In our nationwide survey, we recorded range-restricted mayfly species in many parts of the country, including the South Island mountains where several alpine and sub-alpine species of
Deleatidium are potentially at risk [
62,
70]. Similarly, on Mount Taranaki,
D. magnum and
Oniscigaster distans were only found at the highest sites. Although
D. magnum had been reported from a number of sites in the South Island mountains, prior to our study, the only record of its presence on the North Island was from Mount Ruapehu on the central plateau and on Mount Taranaki [
32]. Its primarily South Island distribution, and apparent restriction to high mountain regions in North Island, suggest
D. magnum is particularly vulnerable to future climate warming.

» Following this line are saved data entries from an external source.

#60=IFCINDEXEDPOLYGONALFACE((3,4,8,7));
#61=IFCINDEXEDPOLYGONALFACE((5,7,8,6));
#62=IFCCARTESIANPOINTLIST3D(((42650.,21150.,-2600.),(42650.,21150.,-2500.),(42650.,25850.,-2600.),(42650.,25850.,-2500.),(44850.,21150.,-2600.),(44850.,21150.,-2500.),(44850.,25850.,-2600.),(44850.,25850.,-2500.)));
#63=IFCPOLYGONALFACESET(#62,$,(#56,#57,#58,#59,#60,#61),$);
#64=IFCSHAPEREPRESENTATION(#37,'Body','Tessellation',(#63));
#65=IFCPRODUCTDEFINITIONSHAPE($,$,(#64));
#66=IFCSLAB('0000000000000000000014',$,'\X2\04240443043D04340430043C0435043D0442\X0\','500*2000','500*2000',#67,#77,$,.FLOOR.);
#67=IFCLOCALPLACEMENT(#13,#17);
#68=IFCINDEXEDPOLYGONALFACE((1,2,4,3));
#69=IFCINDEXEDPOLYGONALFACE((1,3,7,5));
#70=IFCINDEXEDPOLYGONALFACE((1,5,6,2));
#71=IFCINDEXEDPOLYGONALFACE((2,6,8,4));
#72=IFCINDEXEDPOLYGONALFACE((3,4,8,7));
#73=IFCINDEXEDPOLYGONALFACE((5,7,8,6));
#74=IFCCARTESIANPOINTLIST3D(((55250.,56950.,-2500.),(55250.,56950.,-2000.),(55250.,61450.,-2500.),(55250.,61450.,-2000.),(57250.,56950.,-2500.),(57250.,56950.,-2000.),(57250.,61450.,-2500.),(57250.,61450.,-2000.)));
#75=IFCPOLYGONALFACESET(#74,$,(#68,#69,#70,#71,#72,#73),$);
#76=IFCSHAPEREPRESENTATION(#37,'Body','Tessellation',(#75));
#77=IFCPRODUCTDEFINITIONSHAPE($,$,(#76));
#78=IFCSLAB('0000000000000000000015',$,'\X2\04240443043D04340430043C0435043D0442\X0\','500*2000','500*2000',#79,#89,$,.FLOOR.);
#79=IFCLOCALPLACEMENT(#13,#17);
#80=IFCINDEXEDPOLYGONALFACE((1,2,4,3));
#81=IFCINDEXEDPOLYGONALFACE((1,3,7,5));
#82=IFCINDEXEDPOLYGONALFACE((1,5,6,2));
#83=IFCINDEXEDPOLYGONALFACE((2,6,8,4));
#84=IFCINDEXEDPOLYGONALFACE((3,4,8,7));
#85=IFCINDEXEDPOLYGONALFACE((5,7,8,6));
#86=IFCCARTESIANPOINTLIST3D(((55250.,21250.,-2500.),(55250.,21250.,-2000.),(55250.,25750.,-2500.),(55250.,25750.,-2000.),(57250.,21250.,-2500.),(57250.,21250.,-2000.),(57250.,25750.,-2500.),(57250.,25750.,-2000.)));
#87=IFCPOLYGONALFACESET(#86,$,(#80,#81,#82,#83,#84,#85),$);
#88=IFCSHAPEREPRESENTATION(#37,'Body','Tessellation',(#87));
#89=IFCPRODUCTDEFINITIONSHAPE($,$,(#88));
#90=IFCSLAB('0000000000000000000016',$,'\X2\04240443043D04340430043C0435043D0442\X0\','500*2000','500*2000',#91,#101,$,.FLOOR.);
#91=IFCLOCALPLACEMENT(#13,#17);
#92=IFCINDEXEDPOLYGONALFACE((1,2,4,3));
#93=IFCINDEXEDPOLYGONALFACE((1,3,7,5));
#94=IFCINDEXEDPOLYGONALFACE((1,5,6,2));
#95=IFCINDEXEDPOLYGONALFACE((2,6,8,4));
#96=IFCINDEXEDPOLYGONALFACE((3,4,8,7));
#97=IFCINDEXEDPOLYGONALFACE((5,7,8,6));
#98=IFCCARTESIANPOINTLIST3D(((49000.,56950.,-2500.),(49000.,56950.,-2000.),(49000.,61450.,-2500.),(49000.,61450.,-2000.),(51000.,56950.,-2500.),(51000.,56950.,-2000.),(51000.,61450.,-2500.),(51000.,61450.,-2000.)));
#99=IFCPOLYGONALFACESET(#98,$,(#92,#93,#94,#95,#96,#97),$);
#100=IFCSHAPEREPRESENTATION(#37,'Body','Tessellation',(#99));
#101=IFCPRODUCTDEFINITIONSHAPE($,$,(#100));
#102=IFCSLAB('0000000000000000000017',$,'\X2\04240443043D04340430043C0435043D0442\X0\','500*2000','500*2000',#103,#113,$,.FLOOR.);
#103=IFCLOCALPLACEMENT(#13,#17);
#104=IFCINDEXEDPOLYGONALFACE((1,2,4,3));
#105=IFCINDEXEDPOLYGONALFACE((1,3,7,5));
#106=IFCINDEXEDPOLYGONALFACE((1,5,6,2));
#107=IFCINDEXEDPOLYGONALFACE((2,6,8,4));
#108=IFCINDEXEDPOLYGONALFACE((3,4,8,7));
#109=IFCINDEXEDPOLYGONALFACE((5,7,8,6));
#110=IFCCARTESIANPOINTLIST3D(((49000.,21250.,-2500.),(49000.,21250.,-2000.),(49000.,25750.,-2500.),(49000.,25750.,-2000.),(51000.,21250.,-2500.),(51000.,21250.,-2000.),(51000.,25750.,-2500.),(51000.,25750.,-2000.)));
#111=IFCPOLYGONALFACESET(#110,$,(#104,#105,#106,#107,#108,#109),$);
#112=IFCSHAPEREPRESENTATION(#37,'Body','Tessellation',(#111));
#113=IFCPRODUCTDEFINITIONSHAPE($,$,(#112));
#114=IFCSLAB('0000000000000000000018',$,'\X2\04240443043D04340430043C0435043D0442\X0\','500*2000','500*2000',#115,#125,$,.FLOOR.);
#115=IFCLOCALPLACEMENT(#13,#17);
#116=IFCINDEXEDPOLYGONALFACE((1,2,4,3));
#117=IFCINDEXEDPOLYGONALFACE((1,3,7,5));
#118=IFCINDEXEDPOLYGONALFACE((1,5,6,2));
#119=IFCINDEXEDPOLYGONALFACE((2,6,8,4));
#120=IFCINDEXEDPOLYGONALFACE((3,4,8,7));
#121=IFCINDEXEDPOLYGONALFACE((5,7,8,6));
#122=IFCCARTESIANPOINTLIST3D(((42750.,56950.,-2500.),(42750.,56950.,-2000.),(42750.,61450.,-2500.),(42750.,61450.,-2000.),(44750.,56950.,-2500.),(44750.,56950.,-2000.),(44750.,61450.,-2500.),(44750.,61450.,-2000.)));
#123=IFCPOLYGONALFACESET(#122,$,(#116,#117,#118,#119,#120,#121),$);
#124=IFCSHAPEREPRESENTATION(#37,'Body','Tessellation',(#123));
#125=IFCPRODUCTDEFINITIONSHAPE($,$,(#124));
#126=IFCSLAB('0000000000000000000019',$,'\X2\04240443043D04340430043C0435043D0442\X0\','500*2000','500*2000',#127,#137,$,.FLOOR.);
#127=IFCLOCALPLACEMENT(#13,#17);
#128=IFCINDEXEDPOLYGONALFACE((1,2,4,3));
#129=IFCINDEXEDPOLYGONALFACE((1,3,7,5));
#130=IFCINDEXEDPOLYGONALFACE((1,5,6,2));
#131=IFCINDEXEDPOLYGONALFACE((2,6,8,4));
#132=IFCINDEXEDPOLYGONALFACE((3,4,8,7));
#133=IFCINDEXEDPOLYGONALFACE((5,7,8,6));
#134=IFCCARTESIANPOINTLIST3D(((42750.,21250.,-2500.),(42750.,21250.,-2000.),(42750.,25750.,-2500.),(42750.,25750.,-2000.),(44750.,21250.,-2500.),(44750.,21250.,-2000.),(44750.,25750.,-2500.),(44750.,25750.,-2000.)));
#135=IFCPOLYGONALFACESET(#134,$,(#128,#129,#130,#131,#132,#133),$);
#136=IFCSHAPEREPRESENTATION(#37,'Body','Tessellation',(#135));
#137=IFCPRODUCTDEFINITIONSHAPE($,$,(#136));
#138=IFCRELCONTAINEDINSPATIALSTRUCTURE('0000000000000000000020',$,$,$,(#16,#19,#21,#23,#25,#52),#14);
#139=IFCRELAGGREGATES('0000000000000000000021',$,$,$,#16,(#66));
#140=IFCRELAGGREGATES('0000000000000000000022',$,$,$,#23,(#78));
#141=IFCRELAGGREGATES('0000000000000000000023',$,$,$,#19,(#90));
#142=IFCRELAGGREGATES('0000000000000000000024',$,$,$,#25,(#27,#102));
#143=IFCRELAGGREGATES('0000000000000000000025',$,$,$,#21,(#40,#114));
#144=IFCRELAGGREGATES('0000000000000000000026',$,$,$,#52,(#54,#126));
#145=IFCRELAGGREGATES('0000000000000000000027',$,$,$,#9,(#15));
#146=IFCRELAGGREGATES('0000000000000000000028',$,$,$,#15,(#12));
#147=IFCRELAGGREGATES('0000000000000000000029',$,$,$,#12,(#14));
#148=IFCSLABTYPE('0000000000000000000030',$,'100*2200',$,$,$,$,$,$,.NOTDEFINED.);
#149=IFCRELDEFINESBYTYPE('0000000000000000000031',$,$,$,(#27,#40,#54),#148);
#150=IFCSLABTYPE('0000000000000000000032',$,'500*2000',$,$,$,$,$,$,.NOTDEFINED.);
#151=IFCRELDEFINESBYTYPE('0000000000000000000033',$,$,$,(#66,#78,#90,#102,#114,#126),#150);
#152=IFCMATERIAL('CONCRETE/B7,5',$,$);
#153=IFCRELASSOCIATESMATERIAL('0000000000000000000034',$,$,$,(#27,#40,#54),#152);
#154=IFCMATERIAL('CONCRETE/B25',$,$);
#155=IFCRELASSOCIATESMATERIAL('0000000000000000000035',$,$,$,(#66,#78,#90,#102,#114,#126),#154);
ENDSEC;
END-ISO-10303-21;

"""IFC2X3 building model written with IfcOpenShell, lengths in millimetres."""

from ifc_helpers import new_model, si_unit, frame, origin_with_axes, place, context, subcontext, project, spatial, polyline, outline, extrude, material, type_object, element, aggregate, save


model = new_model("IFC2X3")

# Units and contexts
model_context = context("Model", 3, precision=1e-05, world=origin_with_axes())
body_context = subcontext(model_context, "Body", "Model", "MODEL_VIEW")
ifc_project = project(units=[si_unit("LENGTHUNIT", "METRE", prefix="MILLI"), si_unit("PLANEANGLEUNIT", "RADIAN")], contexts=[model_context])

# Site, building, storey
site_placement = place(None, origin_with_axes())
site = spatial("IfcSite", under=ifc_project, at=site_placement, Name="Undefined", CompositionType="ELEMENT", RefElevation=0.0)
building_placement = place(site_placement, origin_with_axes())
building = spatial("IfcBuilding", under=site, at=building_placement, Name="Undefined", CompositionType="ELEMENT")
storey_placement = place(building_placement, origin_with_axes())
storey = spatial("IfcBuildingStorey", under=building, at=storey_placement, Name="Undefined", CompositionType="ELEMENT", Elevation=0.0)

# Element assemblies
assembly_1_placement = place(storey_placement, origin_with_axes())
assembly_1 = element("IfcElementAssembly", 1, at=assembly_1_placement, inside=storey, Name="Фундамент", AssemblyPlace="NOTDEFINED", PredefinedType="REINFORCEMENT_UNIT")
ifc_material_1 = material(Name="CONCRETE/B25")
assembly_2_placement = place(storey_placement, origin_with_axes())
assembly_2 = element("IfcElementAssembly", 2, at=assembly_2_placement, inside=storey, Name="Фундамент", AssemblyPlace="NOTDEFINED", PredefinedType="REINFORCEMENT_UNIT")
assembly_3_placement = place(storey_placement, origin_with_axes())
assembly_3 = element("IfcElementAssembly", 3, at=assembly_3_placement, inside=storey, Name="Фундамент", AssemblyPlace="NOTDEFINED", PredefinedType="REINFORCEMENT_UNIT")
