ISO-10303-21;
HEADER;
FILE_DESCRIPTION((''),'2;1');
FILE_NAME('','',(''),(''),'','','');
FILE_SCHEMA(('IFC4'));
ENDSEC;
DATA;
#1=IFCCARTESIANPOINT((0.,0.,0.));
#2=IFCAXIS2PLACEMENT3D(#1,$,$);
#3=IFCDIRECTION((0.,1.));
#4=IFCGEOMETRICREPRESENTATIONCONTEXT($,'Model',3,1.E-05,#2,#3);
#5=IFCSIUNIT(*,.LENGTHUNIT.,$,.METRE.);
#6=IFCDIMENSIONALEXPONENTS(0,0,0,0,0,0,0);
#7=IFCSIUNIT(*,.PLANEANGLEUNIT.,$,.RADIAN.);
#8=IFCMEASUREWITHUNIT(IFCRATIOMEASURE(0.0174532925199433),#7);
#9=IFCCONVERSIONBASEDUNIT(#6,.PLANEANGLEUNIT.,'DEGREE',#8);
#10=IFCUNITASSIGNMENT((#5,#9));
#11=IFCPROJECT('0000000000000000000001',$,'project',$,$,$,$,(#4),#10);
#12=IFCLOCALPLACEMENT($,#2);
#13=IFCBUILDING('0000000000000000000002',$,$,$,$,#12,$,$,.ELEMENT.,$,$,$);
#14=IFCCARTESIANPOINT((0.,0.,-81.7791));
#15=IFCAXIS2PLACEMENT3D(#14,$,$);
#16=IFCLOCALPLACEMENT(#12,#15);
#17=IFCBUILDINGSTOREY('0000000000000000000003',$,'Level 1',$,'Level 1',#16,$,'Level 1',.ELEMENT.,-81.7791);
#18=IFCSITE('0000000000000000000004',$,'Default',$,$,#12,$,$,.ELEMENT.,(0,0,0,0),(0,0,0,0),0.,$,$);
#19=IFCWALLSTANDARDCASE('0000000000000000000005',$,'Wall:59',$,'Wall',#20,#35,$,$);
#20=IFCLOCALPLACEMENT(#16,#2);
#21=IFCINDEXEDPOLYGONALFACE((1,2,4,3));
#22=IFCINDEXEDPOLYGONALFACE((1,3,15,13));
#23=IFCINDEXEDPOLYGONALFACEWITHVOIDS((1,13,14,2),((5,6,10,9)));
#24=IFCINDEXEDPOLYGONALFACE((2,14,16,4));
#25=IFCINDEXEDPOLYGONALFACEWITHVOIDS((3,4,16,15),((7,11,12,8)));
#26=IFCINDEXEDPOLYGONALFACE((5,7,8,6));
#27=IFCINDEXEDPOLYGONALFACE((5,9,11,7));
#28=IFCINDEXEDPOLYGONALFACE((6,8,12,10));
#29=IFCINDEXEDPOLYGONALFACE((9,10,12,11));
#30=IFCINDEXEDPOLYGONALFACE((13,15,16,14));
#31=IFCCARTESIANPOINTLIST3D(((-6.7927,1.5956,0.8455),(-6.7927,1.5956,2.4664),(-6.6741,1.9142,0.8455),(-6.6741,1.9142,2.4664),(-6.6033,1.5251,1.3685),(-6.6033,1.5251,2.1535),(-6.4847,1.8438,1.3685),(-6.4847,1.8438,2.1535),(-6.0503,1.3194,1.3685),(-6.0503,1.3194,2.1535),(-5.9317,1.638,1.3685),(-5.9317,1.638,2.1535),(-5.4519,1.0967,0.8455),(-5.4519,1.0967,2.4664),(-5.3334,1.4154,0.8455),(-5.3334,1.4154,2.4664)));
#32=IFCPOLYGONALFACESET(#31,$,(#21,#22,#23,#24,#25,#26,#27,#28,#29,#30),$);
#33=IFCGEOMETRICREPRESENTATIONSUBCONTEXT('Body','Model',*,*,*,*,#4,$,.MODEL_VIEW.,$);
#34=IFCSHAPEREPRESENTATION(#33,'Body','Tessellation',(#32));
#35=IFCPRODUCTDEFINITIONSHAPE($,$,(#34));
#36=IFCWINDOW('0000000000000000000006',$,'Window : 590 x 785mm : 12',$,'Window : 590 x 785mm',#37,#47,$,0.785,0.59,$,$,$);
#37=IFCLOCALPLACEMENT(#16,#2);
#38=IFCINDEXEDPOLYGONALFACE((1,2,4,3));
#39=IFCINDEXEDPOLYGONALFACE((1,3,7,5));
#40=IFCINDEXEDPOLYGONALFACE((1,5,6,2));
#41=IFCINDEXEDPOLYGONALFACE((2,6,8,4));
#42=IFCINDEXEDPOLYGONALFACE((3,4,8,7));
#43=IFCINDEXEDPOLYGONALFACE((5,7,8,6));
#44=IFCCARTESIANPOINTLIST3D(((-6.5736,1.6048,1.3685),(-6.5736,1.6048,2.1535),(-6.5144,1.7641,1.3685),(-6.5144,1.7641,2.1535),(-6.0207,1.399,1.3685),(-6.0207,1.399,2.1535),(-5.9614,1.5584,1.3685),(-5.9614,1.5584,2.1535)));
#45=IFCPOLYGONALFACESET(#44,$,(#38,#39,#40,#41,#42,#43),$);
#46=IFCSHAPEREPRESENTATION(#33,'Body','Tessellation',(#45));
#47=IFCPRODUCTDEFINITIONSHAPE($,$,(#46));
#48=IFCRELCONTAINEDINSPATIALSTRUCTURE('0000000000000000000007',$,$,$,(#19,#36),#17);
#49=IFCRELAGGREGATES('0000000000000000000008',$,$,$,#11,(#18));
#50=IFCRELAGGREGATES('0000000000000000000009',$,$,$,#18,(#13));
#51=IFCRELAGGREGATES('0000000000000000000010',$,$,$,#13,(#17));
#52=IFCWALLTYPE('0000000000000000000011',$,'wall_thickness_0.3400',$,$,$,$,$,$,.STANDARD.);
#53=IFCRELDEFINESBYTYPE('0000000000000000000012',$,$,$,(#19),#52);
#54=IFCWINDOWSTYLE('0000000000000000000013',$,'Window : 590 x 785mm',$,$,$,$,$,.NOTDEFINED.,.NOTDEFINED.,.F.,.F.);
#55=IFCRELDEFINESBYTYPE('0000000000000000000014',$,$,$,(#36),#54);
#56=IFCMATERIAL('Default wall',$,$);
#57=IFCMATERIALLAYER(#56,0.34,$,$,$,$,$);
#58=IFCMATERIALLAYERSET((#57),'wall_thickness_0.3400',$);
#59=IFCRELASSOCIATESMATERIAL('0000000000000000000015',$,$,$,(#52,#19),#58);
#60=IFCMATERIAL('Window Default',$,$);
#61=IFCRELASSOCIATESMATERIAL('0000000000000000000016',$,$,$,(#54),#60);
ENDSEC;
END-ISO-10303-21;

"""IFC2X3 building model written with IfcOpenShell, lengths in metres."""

from ifc_helpers import new_model, entity, si_unit, converted_unit, direction, frame, frame_2d, origin, origin_2d_with_axis, place, context, subcontext, project, spatial, polyline, rectangle, outline, extrude, source, transform, mapped, material, layer, layer_set, layer_usage, type_object, type_shapes, element, fill, save


model = new_model("IFC2X3")

# Units and contexts
model_context = context("Model", 3, precision=1e-05, world=origin(), true_north=direction((0.0, 1.0)))
body_context = subcontext(model_context, "Body", "Model", "MODEL_VIEW")
ifc_project = project(units=[si_unit("LENGTHUNIT", "METRE"), converted_unit("PLANEANGLEUNIT", "DEGREE", entity("IfcRatioMeasure", 0.0174532925199433), si_unit("PLANEANGLEUNIT", "RADIAN"), dimensions=[0, 0, 0, 0, 0, 0, 0])], contexts=[model_context])

# Site, building, storey
placement_1 = place(None, origin())
site = spatial("IfcSite", under=ifc_project, at=placement_1, Name="Default", CompositionType="ELEMENT", RefLatitude=(0, 0, 0, 0), RefLongitude=(0, 0, 0, 0), RefElevation=0.0)
building = spatial("IfcBuilding", under=site, at=placement_1, CompositionType="ELEMENT")
storey_placement = place(placement_1, frame((0.0, 0.0, -81.7791)))
storey = spatial("IfcBuildingStorey", under=building, at=storey_placement, Name="Level 1", ObjectType="Level 1", LongName="Level 1", CompositionType="ELEMENT", Elevation=-81.7791)

# Shared definitions
ifc_material_1 = material(Name="Default wall")

# Shared definitions
ifc_material_2 = material(Name="Window Default")

# Wall, opening, window
ifc_layer_1 = layer(ifc_material_1, 0.34)
ifc_layer_set_1 = layer_set([ifc_layer_1], Name="wall_thickness_0.3400")
ifc_layer_usage_1 = layer_usage(ifc_layer_set_1, "AXIS2", "POSITIVE", -0.17)
wall_type_1 = type_object("IfcWallType", Name="wall_thickness_0.3400", PredefinedType="STANDARD", material=ifc_layer_set_1)
placement_2 = place(placement_1, frame((0.0, 0.0, -80.9336)))
wall_1_placement = place(placement_2, frame((-6.7334, 1.7549, 0.0), z_axis=(0.0, 0.0, 1.0), x_axis=(0.93723, -0.348711, 0.0)))
wall_1 = element("IfcWallStandardCase", 1, at=wall_1_placement, inside=storey, type_object=wall_type_1, material=ifc_layer_usage_1, Name="Wall:59", ObjectType="Wall", context=body_context, shape_type="SweptSolid", body=[
    extrude(outline(polyline([(1.4305, -0.17), (1.4305, 0.17), (0.0, 0.17), (0.0, -0.17), (1.4305, -0.17)])), origin(), (0.0, 0.0, 1.0), 1.6209),
])
opening_1_placement = place(wall_1_placement, frame((0.2021, -0.17, 0.523)))
opening_1 = element("IfcOpeningElement", 2, at=opening_1_placement, cuts=wall_1, ObjectType="Opening", context=body_context, shape_type="SweptSolid", body=[
    extrude(rectangle(XDim=0.59, YDim=0.785, at=frame_2d((0.3925, 0.295), x_axis=(0.0, 1.0))), frame((0.0, 0.0, 0.0), z_axis=(0.0, 1.0, 0.0), x_axis=(0.0, 0.0, 1.0)), (0.0, 0.0, 1.0), 0.34),
])
window_style_1 = type_object("IfcWindowStyle", Name="Window : 590 x 785mm", ConstructionType="NOTDEFINED", OperationType="NOTDEFINED", ParameterTakesPrecedence=False, Sizeable=False, material=ifc_material_2)
shared_shape_1 = source(origin(), body_context, "Body", "SweptSolid", [
    extrude(rectangle(XDim=0.17, YDim=0.59, at=origin_2d_with_axis()), frame((0.295, 0.17, 0.0), z_axis=(0.0, 0.0, 1.0), x_axis=(0.0, 1.0, 0.0)), (0.0, 0.0, 1.0), 0.785),
])
type_shapes(window_style_1, [shared_shape_1])
window_1_placement = place(opening_1_placement, origin())
window_1 = element("IfcWindow", 3, at=window_1_placement, inside=storey, type_object=window_style_1, Name="Window : 590 x 785mm : 12", ObjectType="Window : 590 x 785mm", OverallHeight=0.785, OverallWidth=0.59, context=body_context, shape_type="MappedRepresentation", body=[
    mapped(shared_shape_1, transform((0.0, 0.0, 0.0), scale=1.0)),
])
fill(opening_1, window_1)

save(model, "model.ifc")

Oniscigaster distans is also primarily a South Island species, although more widely distributed there than
D. magnum [
32,
57]. However, in the North Island, it also appears to be uncommon and, of only 10 distribution records, 4 were obtained in the present study. With one exception, these records are all from mountainous regions [
32] where stream water can be expected to be cooler at higher than at lower elevations. In contrast to the high-altitude and South Island species, mayflies currently confined to the warmer waters in northern New Zealand could also be at risk of at least local extinction if elevated water temperatures induce physiological stress, potentially leading to reductions in the size and extent of populations. The distribution of Ephemeroptera within New Zealand has undoubtedly changed markedly over many millennia as the geomorphology and climate of the country has evolved [
61]. Our snapshot of their present distribution provides a baseline for the subsequent evaluations in a time of rapid climate change.